Minnesota’s amendments to Rule 26, however, did not incorporate the same discovery protections for expert drafts and communications as the federal rules. See Order Adopting Amendments to the Rules of Civil Procedure and General Rules of Practice Relating to the Civil Justice Reform Task Force (Minn. Feb. 4, 2013). This may raise questions about whether draft expert reports and communications between a party’s attorney and expert witness are potentially discoverable.
Draft expert reports are unlikely to be considered material that must be disclosed under Rule 26.01(b) because the Minnesota Rule incorporated the “facts or data” language from the federal rules. After the 2010 amendments to the federal rules, Rule 26(a) limits the disclosure requirement for expert witness to “facts or data considered by the witness” as opposed to the broader language, “data or other information,” in the previous version of the rule. Fed. R. Civ. P. 26(a)(2)(B)(ii). The purpose of the 2010 amendment to the federal rule was to alter the outcome in cases that had required disclosure of all attorney-expert communications and draft reports. See Fed. R. Civ. P. 26(a)(2)(B), Adv. Comm. Note, 2010. The amendment narrowed the testifying expert’s required disclosures by focusing on “facts or data” and excluding non-factual theories or mental impressions of counsel. While expert reports must disclose all “facts and data” the experts considered in forming their opinions, they need not disclose legal counsel’s communications of non-factual legal theories and arguments. Because Minnesota’s Rule 26.01(b)(2)(B) uses the same “facts or data” phrase as the federal rule, the necessary disclosures should be similarly limited. Draft reports, or communications relaying non-factual theories or mental impressions of counsel, are unlikely to constitute “facts or data considered” by the expert.
Resolving the question of disclosure obligations for draft reports, however, may not resolve questions about whether draft reports are potentially discoverable. It also may not resolve questions about whether communications between a party’s attorney and expert witness are potentially discoverable. The courts may have to resolve such questions until the Minnesota Supreme Court makes further amendments to the rules.

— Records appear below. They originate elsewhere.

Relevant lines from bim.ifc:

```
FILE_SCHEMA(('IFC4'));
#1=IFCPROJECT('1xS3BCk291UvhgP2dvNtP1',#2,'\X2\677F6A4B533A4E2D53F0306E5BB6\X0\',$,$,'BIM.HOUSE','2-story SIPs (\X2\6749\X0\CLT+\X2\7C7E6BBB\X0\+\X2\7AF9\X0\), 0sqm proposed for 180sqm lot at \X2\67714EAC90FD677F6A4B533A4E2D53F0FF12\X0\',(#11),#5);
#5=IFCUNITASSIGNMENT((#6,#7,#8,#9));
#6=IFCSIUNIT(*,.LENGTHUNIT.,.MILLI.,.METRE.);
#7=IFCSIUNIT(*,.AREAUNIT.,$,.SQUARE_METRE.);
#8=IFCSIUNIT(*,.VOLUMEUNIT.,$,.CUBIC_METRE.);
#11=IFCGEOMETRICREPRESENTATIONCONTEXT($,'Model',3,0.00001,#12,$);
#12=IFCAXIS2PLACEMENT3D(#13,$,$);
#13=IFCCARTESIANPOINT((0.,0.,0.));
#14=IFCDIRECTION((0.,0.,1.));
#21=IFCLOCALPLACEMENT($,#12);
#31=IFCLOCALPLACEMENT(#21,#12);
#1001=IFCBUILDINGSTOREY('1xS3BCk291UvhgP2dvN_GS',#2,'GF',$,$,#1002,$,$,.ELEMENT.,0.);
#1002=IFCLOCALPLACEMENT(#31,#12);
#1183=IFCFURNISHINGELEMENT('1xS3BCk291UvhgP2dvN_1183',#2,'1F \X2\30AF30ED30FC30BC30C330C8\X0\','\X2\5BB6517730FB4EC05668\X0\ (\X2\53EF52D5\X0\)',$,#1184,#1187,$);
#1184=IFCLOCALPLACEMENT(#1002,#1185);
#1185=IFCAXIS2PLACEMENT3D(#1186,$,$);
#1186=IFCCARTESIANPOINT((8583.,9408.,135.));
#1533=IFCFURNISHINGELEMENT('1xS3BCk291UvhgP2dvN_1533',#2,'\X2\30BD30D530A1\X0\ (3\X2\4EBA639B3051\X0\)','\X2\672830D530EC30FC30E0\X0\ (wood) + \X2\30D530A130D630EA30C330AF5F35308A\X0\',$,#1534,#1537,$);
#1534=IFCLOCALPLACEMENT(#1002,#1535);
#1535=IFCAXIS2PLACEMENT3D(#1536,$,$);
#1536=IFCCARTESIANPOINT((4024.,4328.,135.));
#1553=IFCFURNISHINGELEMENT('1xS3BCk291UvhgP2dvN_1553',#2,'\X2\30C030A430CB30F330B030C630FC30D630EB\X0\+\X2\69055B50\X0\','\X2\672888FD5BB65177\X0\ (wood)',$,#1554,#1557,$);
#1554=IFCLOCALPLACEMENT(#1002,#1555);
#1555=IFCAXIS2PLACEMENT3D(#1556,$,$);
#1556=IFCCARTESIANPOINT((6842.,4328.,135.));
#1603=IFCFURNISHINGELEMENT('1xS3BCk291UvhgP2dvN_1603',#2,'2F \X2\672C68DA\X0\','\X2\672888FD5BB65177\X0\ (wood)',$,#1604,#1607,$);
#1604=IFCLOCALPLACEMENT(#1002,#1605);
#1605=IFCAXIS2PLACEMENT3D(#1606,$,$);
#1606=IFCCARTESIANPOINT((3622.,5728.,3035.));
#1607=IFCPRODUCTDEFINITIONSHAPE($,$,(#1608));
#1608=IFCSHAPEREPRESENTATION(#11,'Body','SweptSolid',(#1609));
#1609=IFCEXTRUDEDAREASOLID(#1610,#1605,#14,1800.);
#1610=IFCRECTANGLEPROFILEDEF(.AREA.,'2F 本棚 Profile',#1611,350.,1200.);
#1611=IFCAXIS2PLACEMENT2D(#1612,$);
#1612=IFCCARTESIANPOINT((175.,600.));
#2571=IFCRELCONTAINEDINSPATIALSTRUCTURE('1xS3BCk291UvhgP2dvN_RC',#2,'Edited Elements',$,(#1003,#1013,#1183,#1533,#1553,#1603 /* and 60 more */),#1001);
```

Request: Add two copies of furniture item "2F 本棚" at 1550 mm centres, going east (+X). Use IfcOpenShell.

```python
import numpy as np
import ifcopenshell
import ifcopenshell.api.geometry
import ifcopenshell.api.root
import ifcopenshell.util.element
import ifcopenshell.util.placement

model = ifcopenshell.open("bim.ifc")


def reuse_history(source, copy):
    """copy_class also copies each property set's owner history, people and application; keep the originals."""
    for rel in copy.IsDefinedBy:
        if rel.is_a("IfcRelDefinesByProperties") and (history := rel.RelatingPropertyDefinition.OwnerHistory):
            rel.RelatingPropertyDefinition.OwnerHistory = source.OwnerHistory
            ifcopenshell.util.element.remove_deep2(model, history)


source = model.by_id(1603)
base = ifcopenshell.util.placement.get_local_placement(source.ObjectPlacement)
step = np.array([1.0, 0.0, 0.0]) * 1550.0

for i in range(1, 3):
    copy = ifcopenshell.api.root.copy_class(model, product=source)
    copy.Representation = ifcopenshell.util.element.copy_deep(
        model, source.Representation, exclude=["IfcGeometricRepresentationContext", "IfcRepresentationMap"]
    )
    reuse_history(source, copy)
    matrix = base.copy()
    matrix[:3, 3] += i * step
    print("added at", matrix[:3, 3].round(3) + 0.0)
    ifcopenshell.api.geometry.edit_object_placement(model, product=copy, matrix=matrix, is_si=False)

model.write("bim_v2.ifc")
```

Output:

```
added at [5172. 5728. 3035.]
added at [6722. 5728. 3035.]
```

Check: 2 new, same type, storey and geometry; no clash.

Since Minnesota’s rules have embraced the disclosure requirements in Fed. R. Civ. P. 26(a)(2), it would be sensible to add the protections for expert draft reports and communications in Fed. R. Civ. P. 26(b)(4) to Minnesota’s rules.
Conclusion
After July 1, when you have a lawsuit that will involve expert testimony, you will want to carefully review Minnesota’s new expert disclosure requirements. You should determine whether your type of expert must provide a written report, follow the requirements of the written expert report, and make the necessary rebuttal or supplemental expert disclosures. Following Minnesota’s new expert disclosure rules will help you avoid the potentially disastrous consequences of failing to make timely expert disclosures.
Monte Mills is a partner at Greene Espel. He often works with experts as he practices in the areas of constitutional litigation, governmental defense, business litigation and appellate litigation.